I Madrigali guerrieri et amorosi recano una dedica a lungo tempo rimasta enigmatica all’imperatore d’Austria Ferdinando III, i cui rapporti con Monteverdi non furono mai tali da giustificare un omaggio così impegnativo. Per la verità, la dedica stessa chiarisce che la raccolta era stata originariamente concepita come omaggio al precedente imperatore, Ferdinando II, morto improvvisamente nel 1636. A lui era stata presentata l’opera in forma manoscritta, lui aveva accettato l’omaggio concedendo il proprio regale assenso alla stampa.

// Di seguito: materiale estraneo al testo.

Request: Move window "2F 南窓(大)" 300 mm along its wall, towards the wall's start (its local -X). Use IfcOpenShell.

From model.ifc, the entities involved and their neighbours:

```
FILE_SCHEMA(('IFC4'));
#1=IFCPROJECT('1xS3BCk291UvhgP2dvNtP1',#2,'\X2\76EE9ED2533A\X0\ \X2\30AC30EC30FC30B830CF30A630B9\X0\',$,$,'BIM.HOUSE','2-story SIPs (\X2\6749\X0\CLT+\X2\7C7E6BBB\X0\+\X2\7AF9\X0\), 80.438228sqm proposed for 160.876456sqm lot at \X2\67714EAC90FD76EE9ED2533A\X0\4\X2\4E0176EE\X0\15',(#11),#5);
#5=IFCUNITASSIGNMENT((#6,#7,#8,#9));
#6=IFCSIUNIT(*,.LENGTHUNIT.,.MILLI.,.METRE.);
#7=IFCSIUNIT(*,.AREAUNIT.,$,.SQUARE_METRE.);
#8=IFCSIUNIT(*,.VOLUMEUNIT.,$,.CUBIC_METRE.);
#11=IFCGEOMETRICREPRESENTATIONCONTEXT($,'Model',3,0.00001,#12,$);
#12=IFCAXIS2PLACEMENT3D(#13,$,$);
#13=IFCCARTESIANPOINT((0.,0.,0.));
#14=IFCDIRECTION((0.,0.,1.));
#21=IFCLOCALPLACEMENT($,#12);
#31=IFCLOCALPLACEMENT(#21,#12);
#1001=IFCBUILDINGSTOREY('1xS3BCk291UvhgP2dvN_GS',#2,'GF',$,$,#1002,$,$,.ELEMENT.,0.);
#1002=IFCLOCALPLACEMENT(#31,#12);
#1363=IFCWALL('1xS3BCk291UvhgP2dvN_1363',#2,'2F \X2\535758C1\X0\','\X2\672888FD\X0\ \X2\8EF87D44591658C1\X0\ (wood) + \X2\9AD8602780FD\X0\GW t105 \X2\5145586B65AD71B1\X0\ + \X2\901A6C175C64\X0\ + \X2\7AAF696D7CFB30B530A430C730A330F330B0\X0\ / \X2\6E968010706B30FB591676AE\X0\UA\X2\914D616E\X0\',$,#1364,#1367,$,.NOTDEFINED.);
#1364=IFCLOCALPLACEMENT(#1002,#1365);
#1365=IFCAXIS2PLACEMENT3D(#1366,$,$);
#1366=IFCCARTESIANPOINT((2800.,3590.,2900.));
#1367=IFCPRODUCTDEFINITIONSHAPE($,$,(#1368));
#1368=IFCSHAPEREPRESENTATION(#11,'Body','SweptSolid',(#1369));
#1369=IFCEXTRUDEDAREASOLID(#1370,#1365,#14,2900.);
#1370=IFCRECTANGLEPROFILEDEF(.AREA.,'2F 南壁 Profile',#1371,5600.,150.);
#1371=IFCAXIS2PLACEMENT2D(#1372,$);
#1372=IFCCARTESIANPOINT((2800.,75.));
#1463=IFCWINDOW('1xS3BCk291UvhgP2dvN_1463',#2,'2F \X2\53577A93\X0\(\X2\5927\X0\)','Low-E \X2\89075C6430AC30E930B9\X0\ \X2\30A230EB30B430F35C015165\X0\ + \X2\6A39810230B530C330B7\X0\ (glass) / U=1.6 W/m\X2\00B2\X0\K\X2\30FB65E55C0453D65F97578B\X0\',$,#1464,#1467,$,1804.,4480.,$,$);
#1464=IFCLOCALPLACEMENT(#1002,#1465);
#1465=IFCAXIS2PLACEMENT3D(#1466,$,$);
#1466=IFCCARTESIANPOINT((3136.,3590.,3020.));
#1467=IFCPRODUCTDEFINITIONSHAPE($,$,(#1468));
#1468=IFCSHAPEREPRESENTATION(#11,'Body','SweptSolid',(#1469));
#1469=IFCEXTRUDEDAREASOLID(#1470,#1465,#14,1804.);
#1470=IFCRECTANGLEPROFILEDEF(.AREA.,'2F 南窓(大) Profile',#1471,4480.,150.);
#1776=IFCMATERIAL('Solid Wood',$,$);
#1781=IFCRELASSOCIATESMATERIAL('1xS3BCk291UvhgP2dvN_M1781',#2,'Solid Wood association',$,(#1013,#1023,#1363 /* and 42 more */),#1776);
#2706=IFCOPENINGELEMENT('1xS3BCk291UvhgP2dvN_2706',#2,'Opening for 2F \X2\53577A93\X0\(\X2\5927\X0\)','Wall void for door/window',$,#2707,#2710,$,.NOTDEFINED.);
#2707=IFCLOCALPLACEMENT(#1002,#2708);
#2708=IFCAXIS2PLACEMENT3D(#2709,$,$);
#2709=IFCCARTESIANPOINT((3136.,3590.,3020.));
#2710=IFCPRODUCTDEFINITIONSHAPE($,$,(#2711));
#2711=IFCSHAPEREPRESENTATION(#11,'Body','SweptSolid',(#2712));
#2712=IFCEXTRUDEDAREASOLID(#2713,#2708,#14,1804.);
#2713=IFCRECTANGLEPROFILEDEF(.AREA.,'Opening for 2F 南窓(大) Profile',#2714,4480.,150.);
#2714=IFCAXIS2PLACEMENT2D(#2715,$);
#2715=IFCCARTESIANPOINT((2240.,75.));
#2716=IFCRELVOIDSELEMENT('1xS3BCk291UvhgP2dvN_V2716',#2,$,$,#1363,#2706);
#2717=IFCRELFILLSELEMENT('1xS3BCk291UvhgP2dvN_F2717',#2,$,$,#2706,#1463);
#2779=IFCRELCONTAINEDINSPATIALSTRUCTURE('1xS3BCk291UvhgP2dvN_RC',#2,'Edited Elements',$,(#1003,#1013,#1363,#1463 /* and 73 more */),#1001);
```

```python
import ifcopenshell
import ifcopenshell.api.geometry
import ifcopenshell.util.placement

model = ifcopenshell.open("model.ifc")

window = model.by_id(1463)
opening = window.FillsVoids[0].RelatingOpeningElement
wall = opening.VoidsElements[0].RelatingBuildingElement

wall_matrix = ifcopenshell.util.placement.get_local_placement(wall.ObjectPlacement)
shift = wall_matrix[:3, 0] * -300.0
before = ifcopenshell.util.placement.get_local_placement(window.ObjectPlacement)[:3, 3].copy()

# The window is not placed relative to its opening, so move both.
for product in (opening, window):
    matrix = ifcopenshell.util.placement.get_local_placement(product.ObjectPlacement)
    matrix[:3, 3] += shift
    ifcopenshell.api.geometry.edit_object_placement(model, product=product, matrix=matrix, is_si=False)

after = ifcopenshell.util.placement.get_local_placement(window.ObjectPlacement)[:3, 3]
print("window moved by", (after - before).round(3) + 0.0)

model.write("model_rev.ifc")
```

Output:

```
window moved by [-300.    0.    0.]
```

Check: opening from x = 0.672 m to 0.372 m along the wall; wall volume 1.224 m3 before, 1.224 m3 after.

Il motivo dell’offerta è stato chiarito solo in tempi recenti. Ferdinando II era dal 1622 marito di Eleonora Gonzaga e per i festeggiamenti organizzati a Mantova in occasione dell’incontro dei due sposi Monteverdi aveva musicato gli intermedi inseriti nella commedia di Ercole Marigliani Le tre costanti, rappresentati con incredibile sfarzo scenico. Pochi anni dopo, in quel 1627 in cui compiva sessant’anni, Monteverdi aveva discretamente cercato l’interessamento dell’imperatrice per appoggiare la sua richiesta di un canonicato a Cremona, che gli avrebbe procurato una rendita su cui contare negli anni a venire. Egli non aveva, allora, ricevuto riscontro, ma nel dicembre 1633 l’imperatore in persona si era mosso per far esaudire il desiderio del compositore. L’invio a Ferdinando II dei madrigali che avrebbero composto l’Ottavo libro fu un gesto di ringraziamento compiuto da Monteverdi per quanto l’imperatore aveva fatto. Esso avvenne sicuramente fra il 1634 e il 1636, e la morte del sovrano non impedì il completamento dell’opera e la sua dedica al di lui successore. Giunto alla soglia, per l’epoca notevolissima, dei settant’anni, Monteverdi conquistava, con i Madrigali guerrieri et amorosi, la vetta più alta della propria carriera di madrigalista. Se il genere viveva la fase declinante della propria fortuna, con quest’opera egli ribadiva il valore della tradizione polifonica innestandovi le proprie modernissime invenzioni, a cominciare da quello stile concitato su cui si dilunga compiaciuto nella prefazione e che è la più nuova conseguenza della sua intuizione che in musica esiste una strettissima relazione fra ritmo ed espressione delle emozioni. Delle coeve raccolte di madrigali, nessuna offre una ricerca di intensità e una varietà di affetti pari a quelle che caratterizzano l’ultima delle creazioni profane del grande cremonese.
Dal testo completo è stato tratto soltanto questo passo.